Equally conventional at first, Emily was from Clarendon Hills, a Chicago suburb. Her father is a consulting engineer, village board member and Boy Scouts backer. At Indiana University, she was a fashionably dressed member of Chi Omega sorority, one of the most exclusive campus societies; she later taught in Bloomington schools. When she and Bill moved to Berkeley, both became involved in prison reform and drifted into radical activities. By January 1974, she had told her parents that "Bill and I have changed our relationship. It no longer confines us, and I am enjoying relationships with other men." She had fallen in love, she wrote, "with a beautiful black man who has conveyed to me the torture of being black in this country." Authorities believe she had referred to DeFreeze.
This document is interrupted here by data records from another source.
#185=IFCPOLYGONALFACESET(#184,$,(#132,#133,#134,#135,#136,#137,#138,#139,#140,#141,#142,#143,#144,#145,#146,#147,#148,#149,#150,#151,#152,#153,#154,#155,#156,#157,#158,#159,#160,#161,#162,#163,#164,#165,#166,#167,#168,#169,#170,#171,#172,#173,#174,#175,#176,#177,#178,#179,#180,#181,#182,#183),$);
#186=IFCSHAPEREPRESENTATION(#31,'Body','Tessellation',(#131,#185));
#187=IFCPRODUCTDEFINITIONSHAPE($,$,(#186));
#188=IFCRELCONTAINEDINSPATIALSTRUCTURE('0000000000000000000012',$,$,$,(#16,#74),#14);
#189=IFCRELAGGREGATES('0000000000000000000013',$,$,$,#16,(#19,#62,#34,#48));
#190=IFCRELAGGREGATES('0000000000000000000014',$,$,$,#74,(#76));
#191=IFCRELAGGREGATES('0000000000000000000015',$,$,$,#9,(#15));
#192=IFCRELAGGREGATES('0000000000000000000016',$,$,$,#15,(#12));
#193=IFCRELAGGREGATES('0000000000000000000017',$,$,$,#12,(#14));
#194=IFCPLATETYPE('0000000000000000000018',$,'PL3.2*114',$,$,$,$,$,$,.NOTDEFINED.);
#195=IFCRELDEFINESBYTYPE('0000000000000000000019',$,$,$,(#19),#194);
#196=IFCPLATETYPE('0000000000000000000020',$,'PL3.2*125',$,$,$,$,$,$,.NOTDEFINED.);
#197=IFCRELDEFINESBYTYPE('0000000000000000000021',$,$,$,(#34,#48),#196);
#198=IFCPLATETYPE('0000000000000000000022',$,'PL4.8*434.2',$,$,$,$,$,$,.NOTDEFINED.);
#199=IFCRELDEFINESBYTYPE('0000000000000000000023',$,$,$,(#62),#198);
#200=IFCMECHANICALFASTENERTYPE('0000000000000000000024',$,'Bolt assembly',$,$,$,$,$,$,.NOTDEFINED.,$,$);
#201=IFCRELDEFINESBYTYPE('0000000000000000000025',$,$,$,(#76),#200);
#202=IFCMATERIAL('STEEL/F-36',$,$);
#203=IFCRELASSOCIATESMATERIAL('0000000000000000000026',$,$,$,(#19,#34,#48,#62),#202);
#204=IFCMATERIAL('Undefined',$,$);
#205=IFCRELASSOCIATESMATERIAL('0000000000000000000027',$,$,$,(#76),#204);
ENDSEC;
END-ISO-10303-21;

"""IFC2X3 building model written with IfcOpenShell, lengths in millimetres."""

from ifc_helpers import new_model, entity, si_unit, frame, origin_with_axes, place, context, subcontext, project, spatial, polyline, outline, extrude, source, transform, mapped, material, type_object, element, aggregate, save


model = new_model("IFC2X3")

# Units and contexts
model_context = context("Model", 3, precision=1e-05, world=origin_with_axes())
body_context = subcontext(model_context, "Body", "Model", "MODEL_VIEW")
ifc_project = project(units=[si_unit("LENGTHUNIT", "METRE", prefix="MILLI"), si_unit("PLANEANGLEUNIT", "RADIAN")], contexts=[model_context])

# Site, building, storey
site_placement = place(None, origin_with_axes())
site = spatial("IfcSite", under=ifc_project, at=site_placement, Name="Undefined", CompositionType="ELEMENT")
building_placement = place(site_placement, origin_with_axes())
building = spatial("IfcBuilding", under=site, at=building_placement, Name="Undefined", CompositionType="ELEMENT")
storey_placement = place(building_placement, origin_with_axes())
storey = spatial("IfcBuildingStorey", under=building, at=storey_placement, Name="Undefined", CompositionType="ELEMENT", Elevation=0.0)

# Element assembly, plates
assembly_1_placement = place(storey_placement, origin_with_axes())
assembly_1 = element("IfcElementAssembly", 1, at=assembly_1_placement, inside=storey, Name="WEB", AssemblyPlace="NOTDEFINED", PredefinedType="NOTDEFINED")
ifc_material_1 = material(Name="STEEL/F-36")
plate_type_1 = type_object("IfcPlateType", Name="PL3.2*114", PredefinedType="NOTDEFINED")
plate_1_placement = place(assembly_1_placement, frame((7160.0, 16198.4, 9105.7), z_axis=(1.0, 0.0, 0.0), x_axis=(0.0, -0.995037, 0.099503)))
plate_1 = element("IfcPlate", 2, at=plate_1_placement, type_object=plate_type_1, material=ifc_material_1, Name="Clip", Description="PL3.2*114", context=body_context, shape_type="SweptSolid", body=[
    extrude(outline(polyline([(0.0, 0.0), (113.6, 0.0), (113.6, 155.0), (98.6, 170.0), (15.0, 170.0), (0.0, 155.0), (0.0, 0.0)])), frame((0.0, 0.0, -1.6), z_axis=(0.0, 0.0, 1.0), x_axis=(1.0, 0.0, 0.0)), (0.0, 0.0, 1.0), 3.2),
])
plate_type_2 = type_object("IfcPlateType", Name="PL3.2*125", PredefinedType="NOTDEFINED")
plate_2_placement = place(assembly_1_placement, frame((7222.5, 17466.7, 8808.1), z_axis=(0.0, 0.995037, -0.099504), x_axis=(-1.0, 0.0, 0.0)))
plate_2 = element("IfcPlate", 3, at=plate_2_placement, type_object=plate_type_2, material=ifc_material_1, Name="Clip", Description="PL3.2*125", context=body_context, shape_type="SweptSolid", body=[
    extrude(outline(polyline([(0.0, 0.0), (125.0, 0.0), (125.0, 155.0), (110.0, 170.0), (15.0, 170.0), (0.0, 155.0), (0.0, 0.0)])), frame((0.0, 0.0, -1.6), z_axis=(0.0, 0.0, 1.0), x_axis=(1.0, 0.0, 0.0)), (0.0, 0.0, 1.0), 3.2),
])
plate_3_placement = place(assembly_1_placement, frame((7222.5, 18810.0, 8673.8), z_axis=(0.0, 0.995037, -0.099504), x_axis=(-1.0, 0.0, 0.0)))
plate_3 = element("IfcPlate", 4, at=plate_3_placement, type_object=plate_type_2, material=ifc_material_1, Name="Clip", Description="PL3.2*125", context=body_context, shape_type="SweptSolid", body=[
Patty also experienced a change of heart. On June 7, 1974, station KPFK received a tape recording of Patty's voice, eulogizing one of the shootout victims, William Wolfe. Said Patty: "His love for the people was so deep that he was willing to give his life for them." She said she had called him "Cujo" (in Spanish it means unconquerable). And, she said, "we loved each other so much."

Patty Hearst was swept off her feet not only by William Wolfe but also by the S.L.A. itself, according to FBI agents who worked for months on the case. They are convinced that she willingly became a genuine and loyal member of the organization.
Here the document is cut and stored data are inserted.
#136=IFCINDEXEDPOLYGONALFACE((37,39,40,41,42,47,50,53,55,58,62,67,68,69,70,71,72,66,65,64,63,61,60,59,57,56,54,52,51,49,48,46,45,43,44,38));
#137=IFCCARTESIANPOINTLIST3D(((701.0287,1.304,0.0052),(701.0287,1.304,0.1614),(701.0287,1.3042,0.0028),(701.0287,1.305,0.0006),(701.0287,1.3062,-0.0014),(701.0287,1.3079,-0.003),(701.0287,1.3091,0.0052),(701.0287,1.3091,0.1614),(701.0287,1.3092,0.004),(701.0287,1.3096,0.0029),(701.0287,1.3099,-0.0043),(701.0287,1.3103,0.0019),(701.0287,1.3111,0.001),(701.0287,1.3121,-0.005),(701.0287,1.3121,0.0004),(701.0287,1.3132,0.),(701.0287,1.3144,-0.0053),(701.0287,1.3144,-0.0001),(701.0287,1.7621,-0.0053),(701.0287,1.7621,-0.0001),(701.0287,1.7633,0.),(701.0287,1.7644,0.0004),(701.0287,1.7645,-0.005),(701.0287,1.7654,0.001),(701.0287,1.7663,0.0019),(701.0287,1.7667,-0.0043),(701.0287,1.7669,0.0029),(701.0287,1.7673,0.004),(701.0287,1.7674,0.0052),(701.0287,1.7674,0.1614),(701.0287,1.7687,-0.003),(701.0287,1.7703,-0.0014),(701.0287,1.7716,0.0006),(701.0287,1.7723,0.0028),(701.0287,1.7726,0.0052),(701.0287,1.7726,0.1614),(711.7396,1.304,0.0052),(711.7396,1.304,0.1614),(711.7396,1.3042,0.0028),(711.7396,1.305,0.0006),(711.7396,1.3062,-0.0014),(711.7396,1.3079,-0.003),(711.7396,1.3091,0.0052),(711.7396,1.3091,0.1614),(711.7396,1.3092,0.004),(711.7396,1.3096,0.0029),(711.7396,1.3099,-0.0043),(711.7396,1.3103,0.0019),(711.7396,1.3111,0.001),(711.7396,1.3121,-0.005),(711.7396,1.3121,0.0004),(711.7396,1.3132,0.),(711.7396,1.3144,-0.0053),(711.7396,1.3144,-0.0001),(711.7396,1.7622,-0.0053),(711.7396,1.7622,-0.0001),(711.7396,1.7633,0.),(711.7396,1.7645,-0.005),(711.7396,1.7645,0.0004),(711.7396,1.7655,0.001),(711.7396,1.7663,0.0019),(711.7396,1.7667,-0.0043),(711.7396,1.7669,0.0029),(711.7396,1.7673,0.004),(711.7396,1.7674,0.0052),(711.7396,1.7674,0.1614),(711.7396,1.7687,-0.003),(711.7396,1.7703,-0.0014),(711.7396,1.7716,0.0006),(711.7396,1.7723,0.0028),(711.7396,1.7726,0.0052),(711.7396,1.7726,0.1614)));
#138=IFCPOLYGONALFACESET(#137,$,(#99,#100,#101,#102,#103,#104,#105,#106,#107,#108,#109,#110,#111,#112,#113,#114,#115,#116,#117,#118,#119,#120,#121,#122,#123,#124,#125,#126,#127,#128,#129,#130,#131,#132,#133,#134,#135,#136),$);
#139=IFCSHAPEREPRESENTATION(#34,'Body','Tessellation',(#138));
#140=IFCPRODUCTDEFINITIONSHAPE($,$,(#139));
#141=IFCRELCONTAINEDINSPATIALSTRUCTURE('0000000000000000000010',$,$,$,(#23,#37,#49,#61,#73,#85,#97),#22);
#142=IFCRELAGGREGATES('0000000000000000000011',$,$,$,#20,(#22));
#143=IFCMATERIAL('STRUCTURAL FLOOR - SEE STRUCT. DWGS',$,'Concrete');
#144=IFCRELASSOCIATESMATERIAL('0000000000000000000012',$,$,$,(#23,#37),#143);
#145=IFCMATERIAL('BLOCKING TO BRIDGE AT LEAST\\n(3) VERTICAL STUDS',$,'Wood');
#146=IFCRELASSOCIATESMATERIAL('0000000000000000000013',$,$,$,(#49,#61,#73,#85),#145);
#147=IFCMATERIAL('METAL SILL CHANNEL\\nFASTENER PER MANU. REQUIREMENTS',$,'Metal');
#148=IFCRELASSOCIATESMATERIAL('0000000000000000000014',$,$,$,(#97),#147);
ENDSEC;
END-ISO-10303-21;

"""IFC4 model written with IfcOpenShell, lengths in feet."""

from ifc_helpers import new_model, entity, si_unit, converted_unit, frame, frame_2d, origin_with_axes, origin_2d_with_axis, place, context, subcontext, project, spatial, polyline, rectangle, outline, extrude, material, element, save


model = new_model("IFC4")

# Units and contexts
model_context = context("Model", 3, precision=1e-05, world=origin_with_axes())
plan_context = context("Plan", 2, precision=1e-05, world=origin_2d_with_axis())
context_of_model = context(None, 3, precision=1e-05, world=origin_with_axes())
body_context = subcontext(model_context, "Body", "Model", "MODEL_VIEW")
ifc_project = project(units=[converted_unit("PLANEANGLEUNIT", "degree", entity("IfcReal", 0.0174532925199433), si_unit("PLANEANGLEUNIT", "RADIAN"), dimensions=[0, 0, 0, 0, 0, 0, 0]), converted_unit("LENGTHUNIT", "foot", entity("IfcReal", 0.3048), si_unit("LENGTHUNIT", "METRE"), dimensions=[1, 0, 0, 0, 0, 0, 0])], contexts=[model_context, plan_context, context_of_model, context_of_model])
Why did the granddaughter of Publishing Tycoon William Randolph Hearst become a revolutionary? How could a girl with her privileged background and brimming future change so completely? The deepest reasons may forever remain shrouded, like the full symbolism of the celebrated sled named Rosebud in Citizen Kane, the film classic modeled on the life of Hearst.
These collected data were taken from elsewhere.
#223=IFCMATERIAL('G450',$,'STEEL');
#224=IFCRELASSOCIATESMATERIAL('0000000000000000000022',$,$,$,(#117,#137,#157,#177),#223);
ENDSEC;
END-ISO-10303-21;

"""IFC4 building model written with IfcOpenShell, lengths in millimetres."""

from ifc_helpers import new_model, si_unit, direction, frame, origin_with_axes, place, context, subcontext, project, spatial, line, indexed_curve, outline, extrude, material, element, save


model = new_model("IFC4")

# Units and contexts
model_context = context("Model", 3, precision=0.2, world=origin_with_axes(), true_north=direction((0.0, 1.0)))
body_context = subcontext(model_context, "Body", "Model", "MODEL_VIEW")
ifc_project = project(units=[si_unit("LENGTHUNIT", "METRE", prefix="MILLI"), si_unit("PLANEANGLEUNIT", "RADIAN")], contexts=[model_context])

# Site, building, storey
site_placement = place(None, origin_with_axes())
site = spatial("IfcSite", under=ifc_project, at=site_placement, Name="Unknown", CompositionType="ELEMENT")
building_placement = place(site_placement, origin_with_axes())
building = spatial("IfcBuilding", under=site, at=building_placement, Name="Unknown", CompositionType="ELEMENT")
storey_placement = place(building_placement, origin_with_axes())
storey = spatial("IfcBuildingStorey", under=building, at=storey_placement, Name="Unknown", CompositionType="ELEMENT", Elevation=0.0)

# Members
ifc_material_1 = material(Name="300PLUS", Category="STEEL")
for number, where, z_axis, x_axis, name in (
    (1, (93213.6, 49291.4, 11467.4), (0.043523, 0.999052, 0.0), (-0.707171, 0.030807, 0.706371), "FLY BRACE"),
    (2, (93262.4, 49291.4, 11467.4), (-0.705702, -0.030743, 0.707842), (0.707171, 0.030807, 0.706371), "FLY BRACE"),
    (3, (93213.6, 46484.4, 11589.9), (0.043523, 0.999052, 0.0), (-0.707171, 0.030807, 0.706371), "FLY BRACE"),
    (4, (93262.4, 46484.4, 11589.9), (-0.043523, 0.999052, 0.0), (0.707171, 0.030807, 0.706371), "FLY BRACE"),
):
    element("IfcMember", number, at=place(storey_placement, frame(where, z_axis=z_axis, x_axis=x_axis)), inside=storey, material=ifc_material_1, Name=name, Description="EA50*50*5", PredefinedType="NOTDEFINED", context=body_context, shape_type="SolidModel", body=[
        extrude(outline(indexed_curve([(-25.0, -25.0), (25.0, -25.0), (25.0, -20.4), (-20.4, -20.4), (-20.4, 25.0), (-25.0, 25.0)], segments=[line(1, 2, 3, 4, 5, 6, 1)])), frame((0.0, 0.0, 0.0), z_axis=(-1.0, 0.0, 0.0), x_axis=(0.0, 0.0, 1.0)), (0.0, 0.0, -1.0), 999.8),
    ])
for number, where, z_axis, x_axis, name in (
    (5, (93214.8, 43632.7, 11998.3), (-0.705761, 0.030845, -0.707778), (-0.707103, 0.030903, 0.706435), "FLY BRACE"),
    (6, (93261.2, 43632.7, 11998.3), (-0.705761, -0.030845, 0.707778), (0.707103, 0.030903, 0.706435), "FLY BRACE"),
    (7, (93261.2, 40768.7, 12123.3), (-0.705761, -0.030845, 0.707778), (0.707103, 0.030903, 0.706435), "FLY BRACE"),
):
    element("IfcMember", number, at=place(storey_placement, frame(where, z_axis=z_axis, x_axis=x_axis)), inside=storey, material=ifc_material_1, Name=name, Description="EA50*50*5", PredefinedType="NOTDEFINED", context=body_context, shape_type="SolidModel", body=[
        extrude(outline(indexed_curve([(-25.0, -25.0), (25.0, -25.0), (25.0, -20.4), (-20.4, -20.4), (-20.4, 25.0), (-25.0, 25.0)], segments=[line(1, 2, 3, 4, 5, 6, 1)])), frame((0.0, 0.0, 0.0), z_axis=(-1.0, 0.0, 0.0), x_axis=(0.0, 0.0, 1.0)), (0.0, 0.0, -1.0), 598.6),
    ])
But psychiatrists who specialize in treating disturbed young people have their theories about Patty's behavior. Some believe that her motivations were far more complex than a simple and misdirected zeal to reform the world. They see her as an extreme example of the phenomenon of white, middle-class (or rich) girls turning to violence to strike at society. Starting in the late '60s, a few joined such organizations as the ultra-left Weatherman, the nihilistic and murderous "family" of Charles Manson, and the S.L.A.

Not surprisingly, some experts queried by TIME found similarities between Patty Hearst and Lynette Fromme, the Manson cultist who three weeks ago pointed a loaded .45 automatic directly at President Ford in Sacramento, Calif.